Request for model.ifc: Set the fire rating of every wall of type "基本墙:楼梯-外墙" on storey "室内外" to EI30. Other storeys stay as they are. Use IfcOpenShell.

First a look at what the model holds.

```python
import ifcopenshell
import ifcopenshell.util.element

model = ifcopenshell.open("model.ifc")
print(model.schema)
storey = next(s for s in model.by_type("IfcBuildingStorey") if s.Name == "室内外")
walls = [e for e in ifcopenshell.util.element.get_decomposition(storey) if e.is_a("IfcWall")]
seen = {}
for e in walls:
    element_type = ifcopenshell.util.element.get_type(e)
    key = (element_type.Name if element_type != e and element_type else None, ifcopenshell.util.element.get_pset(e, "Pset_WallCommon", "FireRating"))
    seen[key] = seen.get(key, 0) + 1
for (name, value), count in sorted(seen.items(), key=str):
    print(count, "x", name, "|", value)
```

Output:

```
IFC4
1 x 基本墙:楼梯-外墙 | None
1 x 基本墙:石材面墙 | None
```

```python
import ifcopenshell
import ifcopenshell.api.pset
import ifcopenshell.util.element

model = ifcopenshell.open("model.ifc")

storey = next(s for s in model.by_type("IfcBuildingStorey") if s.Name == "室内外")
walls = [e for e in ifcopenshell.util.element.get_decomposition(storey) if e.is_a("IfcWall")]

count = 0
for e in walls:
    element_type = ifcopenshell.util.element.get_type(e)
    if element_type in (None, e) or element_type.Name != "基本墙:楼梯-外墙":
        continue
    # add_pset returns the element's existing set when there is one.
    pset = ifcopenshell.api.pset.add_pset(model, product=e, name="Pset_WallCommon")
    ifcopenshell.api.pset.edit_pset(model, pset=pset, properties={"FireRating": "EI30"})
    count += 1

print(count, "walls updated")

model.write("model-out.ifc")
```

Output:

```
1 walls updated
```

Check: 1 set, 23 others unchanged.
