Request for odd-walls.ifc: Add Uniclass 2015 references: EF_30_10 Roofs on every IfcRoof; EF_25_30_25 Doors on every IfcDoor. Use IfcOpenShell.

First a look at what the model holds.

```python
import ifcopenshell

model = ifcopenshell.open("odd-walls.ifc")
print(model.schema)
print("classifications:", [c.Name for c in model.by_type("IfcClassification")])
for ifc_class in ("IfcDoor", "IfcRoof", "IfcStair", "IfcWall", "IfcWindow"):
    print(ifc_class, len(model.by_type(ifc_class)))
```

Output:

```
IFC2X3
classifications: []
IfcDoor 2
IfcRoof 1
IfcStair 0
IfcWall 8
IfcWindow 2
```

```python
import ifcopenshell
import ifcopenshell.api.classification

model = ifcopenshell.open("odd-walls.ifc")

# IFC2X3 requires Source and Edition and has no link from the project to the system.
system = model.create_entity("IfcClassification", Source="NBS", Edition="2015", Name="Uniclass 2015")

codes = {
    "IfcRoof": ("EF_30_10", "Roofs"),
    "IfcDoor": ("EF_25_30_25", "Doors"),
}
for ifc_class, (code, name) in codes.items():
    products = model.by_type(ifc_class)
    ifcopenshell.api.classification.add_reference(
        model, products=products, classification=system, identification=code, name=name
    )
    print(code, len(products))

model.write("odd-walls-out.ifc")
```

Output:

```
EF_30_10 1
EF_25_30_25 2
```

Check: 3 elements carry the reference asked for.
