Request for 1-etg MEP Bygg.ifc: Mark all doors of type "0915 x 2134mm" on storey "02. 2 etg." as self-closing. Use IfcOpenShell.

First a look at what the model holds.

```python
import ifcopenshell
import ifcopenshell.util.element

model = ifcopenshell.open("1-etg MEP Bygg.ifc")
print(model.schema)
storey = next(s for s in model.by_type("IfcBuildingStorey") if s.Name == "02. 2 etg.")
doors = [e for e in ifcopenshell.util.element.get_decomposition(storey) if e.is_a("IfcDoor")]
seen = {}
for e in doors:
    element_type = ifcopenshell.util.element.get_type(e)
    key = (element_type.Name if element_type != e and element_type else None, ifcopenshell.util.element.get_pset(e, "Pset_DoorCommon", "SelfClosing"))
    seen[key] = seen.get(key, 0) + 1
for (name, value), count in sorted(seen.items(), key=str):
    print(count, "x", name, "|", value)
```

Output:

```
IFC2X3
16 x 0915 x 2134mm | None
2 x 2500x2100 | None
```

```python
import ifcopenshell
import ifcopenshell.api.pset
import ifcopenshell.util.element

model = ifcopenshell.open("1-etg MEP Bygg.ifc")

storey = next(s for s in model.by_type("IfcBuildingStorey") if s.Name == "02. 2 etg.")
doors = [e for e in ifcopenshell.util.element.get_decomposition(storey) if e.is_a("IfcDoor")]

count = 0
for e in doors:
    element_type = ifcopenshell.util.element.get_type(e)
    if element_type in (None, e) or element_type.Name != "0915 x 2134mm":
        continue
    # add_pset returns the element's existing set when there is one.
    pset = ifcopenshell.api.pset.add_pset(model, product=e, name="Pset_DoorCommon")
    ifcopenshell.api.pset.edit_pset(model, pset=pset, properties={"SelfClosing": True})
    count += 1

print(count, "doors updated")

model.write("1-etg MEP Bygg_rev.ifc")
```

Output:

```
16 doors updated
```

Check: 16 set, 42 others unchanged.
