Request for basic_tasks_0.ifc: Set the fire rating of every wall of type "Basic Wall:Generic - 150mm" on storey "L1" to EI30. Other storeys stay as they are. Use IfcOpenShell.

First a look at what the model holds.

```python
import ifcopenshell
import ifcopenshell.util.element

model = ifcopenshell.open("basic_tasks_0.ifc")
print(model.schema)
storey = next(s for s in model.by_type("IfcBuildingStorey") if s.Name == "L1")
walls = [e for e in ifcopenshell.util.element.get_decomposition(storey) if e.is_a("IfcWall")]
seen = {}
for e in walls:
    element_type = ifcopenshell.util.element.get_type(e)
    key = (element_type.Name if element_type != e and element_type else None, ifcopenshell.util.element.get_pset(e, "Pset_WallCommon", "FireRating"))
    seen[key] = seen.get(key, 0) + 1
for (name, value), count in sorted(seen.items(), key=str):
    print(count, "x", name, "|", value)
```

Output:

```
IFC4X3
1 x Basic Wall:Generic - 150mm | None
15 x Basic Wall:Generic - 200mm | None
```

```python
import ifcopenshell
import ifcopenshell.api.pset
import ifcopenshell.util.element

model = ifcopenshell.open("basic_tasks_0.ifc")

storey = next(s for s in model.by_type("IfcBuildingStorey") if s.Name == "L1")
walls = [e for e in ifcopenshell.util.element.get_decomposition(storey) if e.is_a("IfcWall")]

count = 0
for e in walls:
    element_type = ifcopenshell.util.element.get_type(e)
    if element_type in (None, e) or element_type.Name != "Basic Wall:Generic - 150mm":
        continue
    # add_pset returns the element's existing set when there is one.
    pset = ifcopenshell.api.pset.add_pset(model, product=e, name="Pset_WallCommon")
    ifcopenshell.api.pset.edit_pset(model, pset=pset, properties={"FireRating": "EI30"})
    count += 1

print(count, "walls updated")

model.write("basic_tasks_0_edited.ifc")
```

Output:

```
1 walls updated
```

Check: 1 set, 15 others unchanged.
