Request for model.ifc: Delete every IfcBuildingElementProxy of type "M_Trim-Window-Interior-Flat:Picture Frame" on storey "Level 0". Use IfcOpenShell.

First a look at what the model holds.

```python
import ifcopenshell
import ifcopenshell.util.element

model = ifcopenshell.open("model.ifc")
print(model.schema)
storey = next(s for s in model.by_type("IfcBuildingStorey") if s.Name == "Level 0")
proxies = [e for e in ifcopenshell.util.element.get_decomposition(storey) if e.is_a("IfcBuildingElementProxy")]
seen = {}
for e in proxies:
    element_type = ifcopenshell.util.element.get_type(e)
    name = element_type.Name if element_type not in (None, e) else None
    seen[name] = seen.get(name, 0) + 1
for name, count in sorted(seen.items(), key=str):
    print(count, "x", name)
```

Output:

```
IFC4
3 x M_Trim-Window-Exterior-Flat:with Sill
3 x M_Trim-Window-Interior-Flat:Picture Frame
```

```python
import ifcopenshell
import ifcopenshell.api.root
import ifcopenshell.util.element

model = ifcopenshell.open("model.ifc")

storey = next(s for s in model.by_type("IfcBuildingStorey") if s.Name == "Level 0")
proxies = [e for e in ifcopenshell.util.element.get_decomposition(storey) if e.is_a("IfcBuildingElementProxy")]
targets = [e for e in proxies if (t := ifcopenshell.util.element.get_type(e)) not in (None, e) and t.Name == "M_Trim-Window-Interior-Flat:Picture Frame"]

for e in targets:
    ifcopenshell.api.root.remove_product(model, product=e)
print(len(targets), "removed")

model.write("model-out.ifc")
```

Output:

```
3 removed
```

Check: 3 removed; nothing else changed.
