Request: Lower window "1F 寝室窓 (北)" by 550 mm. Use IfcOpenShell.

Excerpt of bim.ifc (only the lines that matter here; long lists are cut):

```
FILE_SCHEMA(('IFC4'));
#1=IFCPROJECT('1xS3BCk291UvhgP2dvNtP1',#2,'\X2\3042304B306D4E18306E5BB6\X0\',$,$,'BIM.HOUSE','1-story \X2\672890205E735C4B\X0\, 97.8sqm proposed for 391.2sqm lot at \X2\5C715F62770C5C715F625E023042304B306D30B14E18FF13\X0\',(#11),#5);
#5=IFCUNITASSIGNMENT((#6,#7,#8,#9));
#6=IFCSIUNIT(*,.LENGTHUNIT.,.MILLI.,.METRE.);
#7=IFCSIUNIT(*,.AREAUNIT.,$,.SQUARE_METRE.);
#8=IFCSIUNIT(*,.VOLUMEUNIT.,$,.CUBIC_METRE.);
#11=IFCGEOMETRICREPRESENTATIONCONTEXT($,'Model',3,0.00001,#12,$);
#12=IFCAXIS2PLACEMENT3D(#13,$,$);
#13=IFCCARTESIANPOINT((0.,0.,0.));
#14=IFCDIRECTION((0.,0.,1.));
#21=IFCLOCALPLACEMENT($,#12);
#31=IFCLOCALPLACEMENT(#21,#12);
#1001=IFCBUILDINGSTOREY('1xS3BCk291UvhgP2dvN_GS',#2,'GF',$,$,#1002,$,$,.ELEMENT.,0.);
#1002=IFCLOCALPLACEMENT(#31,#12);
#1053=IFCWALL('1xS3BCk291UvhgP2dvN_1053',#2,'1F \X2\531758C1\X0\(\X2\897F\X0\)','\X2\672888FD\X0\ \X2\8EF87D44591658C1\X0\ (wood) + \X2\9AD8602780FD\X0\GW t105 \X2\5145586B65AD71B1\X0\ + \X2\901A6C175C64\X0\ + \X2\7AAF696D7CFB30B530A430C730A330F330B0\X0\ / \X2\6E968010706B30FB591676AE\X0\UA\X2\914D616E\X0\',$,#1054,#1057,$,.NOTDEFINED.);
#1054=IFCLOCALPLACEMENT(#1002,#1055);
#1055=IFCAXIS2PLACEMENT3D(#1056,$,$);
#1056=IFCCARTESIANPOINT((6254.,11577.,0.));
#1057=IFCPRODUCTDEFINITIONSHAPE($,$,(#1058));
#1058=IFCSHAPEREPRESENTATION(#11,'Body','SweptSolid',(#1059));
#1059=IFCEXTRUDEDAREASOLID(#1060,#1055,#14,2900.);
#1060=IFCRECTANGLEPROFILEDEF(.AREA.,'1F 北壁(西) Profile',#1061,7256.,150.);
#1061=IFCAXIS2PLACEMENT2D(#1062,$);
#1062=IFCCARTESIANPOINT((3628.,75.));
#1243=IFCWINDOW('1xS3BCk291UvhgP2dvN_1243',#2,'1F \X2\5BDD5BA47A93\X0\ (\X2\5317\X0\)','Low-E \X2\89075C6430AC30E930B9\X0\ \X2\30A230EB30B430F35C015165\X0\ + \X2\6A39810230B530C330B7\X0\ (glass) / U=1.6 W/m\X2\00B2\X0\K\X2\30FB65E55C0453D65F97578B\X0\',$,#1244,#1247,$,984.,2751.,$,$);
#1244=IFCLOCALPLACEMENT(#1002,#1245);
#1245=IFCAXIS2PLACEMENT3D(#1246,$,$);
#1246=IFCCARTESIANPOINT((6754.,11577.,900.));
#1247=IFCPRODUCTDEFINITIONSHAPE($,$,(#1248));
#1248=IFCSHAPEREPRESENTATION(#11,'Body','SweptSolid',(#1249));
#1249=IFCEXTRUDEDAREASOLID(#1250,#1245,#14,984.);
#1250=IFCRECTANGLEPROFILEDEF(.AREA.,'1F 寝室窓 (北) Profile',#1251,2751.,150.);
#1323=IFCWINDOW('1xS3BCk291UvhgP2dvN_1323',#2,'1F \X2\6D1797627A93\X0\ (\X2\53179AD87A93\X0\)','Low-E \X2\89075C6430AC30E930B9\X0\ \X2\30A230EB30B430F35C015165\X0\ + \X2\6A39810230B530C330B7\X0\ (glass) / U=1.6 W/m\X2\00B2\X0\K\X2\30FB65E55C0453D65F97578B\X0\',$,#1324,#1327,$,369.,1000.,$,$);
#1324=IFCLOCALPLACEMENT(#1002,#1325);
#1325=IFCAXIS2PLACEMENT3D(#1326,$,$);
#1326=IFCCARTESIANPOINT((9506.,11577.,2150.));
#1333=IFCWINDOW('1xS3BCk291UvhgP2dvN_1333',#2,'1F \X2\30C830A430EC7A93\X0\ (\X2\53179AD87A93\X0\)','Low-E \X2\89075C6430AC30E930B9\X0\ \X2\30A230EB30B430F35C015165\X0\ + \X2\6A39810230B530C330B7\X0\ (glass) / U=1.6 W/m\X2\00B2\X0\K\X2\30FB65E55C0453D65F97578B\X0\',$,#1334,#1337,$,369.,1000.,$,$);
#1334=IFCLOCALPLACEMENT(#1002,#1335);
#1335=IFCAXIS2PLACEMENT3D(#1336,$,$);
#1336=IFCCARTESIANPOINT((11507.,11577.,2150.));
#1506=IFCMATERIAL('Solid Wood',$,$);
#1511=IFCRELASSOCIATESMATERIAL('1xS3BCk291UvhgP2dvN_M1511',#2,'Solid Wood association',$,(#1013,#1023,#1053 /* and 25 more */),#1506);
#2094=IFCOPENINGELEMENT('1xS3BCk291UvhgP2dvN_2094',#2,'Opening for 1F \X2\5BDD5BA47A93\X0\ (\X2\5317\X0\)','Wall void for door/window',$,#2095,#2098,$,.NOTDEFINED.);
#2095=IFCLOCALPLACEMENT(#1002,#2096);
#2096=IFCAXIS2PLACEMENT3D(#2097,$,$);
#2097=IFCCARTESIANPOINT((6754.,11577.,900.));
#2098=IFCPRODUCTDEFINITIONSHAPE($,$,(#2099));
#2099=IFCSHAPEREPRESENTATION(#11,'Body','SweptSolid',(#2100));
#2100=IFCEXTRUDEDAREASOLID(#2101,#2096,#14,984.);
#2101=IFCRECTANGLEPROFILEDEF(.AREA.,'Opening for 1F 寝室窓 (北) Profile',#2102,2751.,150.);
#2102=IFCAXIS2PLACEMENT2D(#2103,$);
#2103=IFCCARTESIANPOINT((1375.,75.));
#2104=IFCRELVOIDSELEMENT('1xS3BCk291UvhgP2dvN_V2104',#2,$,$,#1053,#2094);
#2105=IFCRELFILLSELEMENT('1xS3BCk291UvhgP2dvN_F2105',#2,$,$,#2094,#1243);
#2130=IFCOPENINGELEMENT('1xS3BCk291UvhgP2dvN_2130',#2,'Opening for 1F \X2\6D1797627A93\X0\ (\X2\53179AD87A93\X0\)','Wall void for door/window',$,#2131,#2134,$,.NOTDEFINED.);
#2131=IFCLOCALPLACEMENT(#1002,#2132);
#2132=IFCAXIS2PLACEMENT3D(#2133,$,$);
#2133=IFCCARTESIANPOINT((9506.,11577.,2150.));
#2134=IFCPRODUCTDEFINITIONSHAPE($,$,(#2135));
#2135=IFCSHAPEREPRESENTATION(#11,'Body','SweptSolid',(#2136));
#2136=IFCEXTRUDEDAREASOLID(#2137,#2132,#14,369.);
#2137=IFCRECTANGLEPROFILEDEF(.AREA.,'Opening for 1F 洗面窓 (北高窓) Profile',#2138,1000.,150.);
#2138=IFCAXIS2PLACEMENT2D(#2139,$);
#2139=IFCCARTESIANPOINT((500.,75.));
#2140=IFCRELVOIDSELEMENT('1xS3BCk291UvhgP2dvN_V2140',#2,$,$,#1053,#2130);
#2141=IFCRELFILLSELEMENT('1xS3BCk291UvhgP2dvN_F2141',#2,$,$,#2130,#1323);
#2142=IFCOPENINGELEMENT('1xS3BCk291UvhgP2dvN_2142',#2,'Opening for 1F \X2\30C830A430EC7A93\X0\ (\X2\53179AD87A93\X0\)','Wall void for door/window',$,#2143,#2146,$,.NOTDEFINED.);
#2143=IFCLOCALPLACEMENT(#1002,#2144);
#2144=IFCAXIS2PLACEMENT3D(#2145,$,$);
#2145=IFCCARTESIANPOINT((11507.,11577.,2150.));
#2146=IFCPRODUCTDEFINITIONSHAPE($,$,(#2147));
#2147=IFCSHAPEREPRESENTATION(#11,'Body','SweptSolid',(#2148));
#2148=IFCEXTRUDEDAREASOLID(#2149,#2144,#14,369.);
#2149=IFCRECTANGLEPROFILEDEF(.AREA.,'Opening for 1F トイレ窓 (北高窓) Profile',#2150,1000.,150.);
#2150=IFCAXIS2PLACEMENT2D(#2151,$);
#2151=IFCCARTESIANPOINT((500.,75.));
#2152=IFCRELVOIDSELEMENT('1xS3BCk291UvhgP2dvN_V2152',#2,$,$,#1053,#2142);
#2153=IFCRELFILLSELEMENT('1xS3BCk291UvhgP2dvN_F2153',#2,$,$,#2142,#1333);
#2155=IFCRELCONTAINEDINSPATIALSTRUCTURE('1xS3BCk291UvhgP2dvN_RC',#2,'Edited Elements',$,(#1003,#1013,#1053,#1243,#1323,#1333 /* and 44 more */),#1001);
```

```python
import numpy as np
import ifcopenshell
import ifcopenshell.api.geometry
import ifcopenshell.util.placement
import ifcopenshell.util.unit

model = ifcopenshell.open("bim.ifc")
unit_scale = ifcopenshell.util.unit.calculate_unit_scale(model)

window = model.by_id(1243)
opening = window.FillsVoids[0].RelatingOpeningElement
dz = -550.0

shift = np.array([0.0, 0.0, dz])
# The window is not placed relative to its opening, so move both.
for product in (opening, window):
    matrix = ifcopenshell.util.placement.get_local_placement(product.ObjectPlacement)
    matrix[:3, 3] += shift
    ifcopenshell.api.geometry.edit_object_placement(model, product=product, matrix=matrix, is_si=False)

print(f"moved by {dz * unit_scale:+.3f} m")

model.write("bim_edited.ifc")
```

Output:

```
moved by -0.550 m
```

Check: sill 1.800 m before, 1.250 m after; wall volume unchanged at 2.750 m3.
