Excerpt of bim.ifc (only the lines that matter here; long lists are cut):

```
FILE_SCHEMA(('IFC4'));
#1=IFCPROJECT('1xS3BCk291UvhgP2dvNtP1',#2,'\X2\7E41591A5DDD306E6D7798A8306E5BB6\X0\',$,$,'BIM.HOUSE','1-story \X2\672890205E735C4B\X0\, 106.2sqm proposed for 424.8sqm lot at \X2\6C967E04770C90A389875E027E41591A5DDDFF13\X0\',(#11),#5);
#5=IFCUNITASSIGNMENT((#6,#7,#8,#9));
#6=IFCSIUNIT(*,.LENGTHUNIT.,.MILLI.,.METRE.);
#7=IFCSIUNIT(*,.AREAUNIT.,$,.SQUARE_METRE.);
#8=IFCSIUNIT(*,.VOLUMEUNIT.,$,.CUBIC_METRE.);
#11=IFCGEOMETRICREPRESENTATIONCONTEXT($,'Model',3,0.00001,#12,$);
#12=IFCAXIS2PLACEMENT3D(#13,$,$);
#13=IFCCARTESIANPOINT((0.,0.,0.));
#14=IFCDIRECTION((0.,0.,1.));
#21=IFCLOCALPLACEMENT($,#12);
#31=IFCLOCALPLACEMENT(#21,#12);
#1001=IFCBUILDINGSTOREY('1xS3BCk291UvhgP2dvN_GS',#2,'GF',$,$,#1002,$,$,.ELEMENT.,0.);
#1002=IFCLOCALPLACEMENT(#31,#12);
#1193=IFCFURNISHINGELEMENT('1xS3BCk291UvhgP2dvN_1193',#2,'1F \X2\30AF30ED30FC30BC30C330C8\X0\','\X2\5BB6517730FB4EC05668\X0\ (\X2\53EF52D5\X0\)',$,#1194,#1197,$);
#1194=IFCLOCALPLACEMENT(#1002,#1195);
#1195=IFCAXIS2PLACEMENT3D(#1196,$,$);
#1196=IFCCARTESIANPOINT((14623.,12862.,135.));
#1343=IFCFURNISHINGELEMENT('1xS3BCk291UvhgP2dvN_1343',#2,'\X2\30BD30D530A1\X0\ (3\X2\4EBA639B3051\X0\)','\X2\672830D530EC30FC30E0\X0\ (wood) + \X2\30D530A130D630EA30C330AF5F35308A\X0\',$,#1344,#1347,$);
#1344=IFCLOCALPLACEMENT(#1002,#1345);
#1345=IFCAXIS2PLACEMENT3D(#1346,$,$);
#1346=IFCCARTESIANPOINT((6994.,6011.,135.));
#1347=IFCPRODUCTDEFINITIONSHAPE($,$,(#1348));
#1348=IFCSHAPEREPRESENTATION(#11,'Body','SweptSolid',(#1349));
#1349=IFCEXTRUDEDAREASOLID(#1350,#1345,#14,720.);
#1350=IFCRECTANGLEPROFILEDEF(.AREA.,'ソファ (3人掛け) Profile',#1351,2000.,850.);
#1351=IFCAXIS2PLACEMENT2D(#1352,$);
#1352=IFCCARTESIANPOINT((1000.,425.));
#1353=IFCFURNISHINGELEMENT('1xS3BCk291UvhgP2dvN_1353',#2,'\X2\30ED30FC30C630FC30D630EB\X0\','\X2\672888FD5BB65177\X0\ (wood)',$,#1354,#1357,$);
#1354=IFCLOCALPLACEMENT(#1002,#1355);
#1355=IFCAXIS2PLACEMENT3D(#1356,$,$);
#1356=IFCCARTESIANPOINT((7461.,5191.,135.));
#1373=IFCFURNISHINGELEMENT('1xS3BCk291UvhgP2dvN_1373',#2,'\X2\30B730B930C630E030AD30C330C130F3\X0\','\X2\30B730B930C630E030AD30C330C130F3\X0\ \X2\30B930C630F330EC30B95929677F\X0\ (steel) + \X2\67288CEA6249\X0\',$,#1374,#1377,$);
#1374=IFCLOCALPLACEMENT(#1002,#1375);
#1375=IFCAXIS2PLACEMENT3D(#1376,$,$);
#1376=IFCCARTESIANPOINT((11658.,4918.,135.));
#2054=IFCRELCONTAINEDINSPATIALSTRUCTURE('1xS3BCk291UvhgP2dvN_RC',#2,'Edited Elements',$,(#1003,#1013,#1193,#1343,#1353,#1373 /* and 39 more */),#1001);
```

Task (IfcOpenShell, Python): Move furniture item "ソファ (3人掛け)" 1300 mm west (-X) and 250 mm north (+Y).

```python
import ifcopenshell
import ifcopenshell.api.geometry
import ifcopenshell.util.placement
import ifcopenshell.util.unit

model = ifcopenshell.open("bim.ifc")
unit_scale = ifcopenshell.util.unit.calculate_unit_scale(model)

item = model.by_id(1343)
matrix = ifcopenshell.util.placement.get_local_placement(item.ObjectPlacement)
matrix[0, 3] -= 1.3 / unit_scale
matrix[1, 3] += 0.25 / unit_scale
ifcopenshell.api.geometry.edit_object_placement(model, product=item, matrix=matrix, is_si=False)

print(ifcopenshell.util.placement.get_local_placement(item.ObjectPlacement).round(3) + 0.0)

model.write("bim_edited.ifc")
```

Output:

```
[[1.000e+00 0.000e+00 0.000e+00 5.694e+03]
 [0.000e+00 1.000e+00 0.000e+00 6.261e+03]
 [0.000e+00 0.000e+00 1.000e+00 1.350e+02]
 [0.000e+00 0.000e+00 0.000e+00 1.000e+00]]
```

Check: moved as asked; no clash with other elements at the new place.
══════════════════════════════
- [About this exercise] Pull from the data each line where the string "IFCPROJECT" turns up.

- [Expected answer]
#1=IFCPROJECT('1xS3BCk291UvhgP2dvNtP1',#2,'\X2\3042304B306D4E18306E5BB6\X0\',$,$,'BIM.HOUSE','1-story \X2\672890205E735C4B\X0\, 97.8sqm proposed for 391.2sqm lot at \X2\5C715F62770C5C715F625E023042304B306D30B14E18FF13\X0\',(#11),#5);
#1=IFCPROJECT('1xS3BCk291UvhgP2dvNtP1',#2,'\X2\7E41591A5DDD306E6D7798A8306E5BB6\X0\',$,$,'BIM.HOUSE','1-story \X2\672890205E735C4B\X0\, 106.2sqm proposed for 424.8sqm lot at \X2\6C967E04770C90A389875E027E41591A5DDDFF13\X0\',(#11),#5);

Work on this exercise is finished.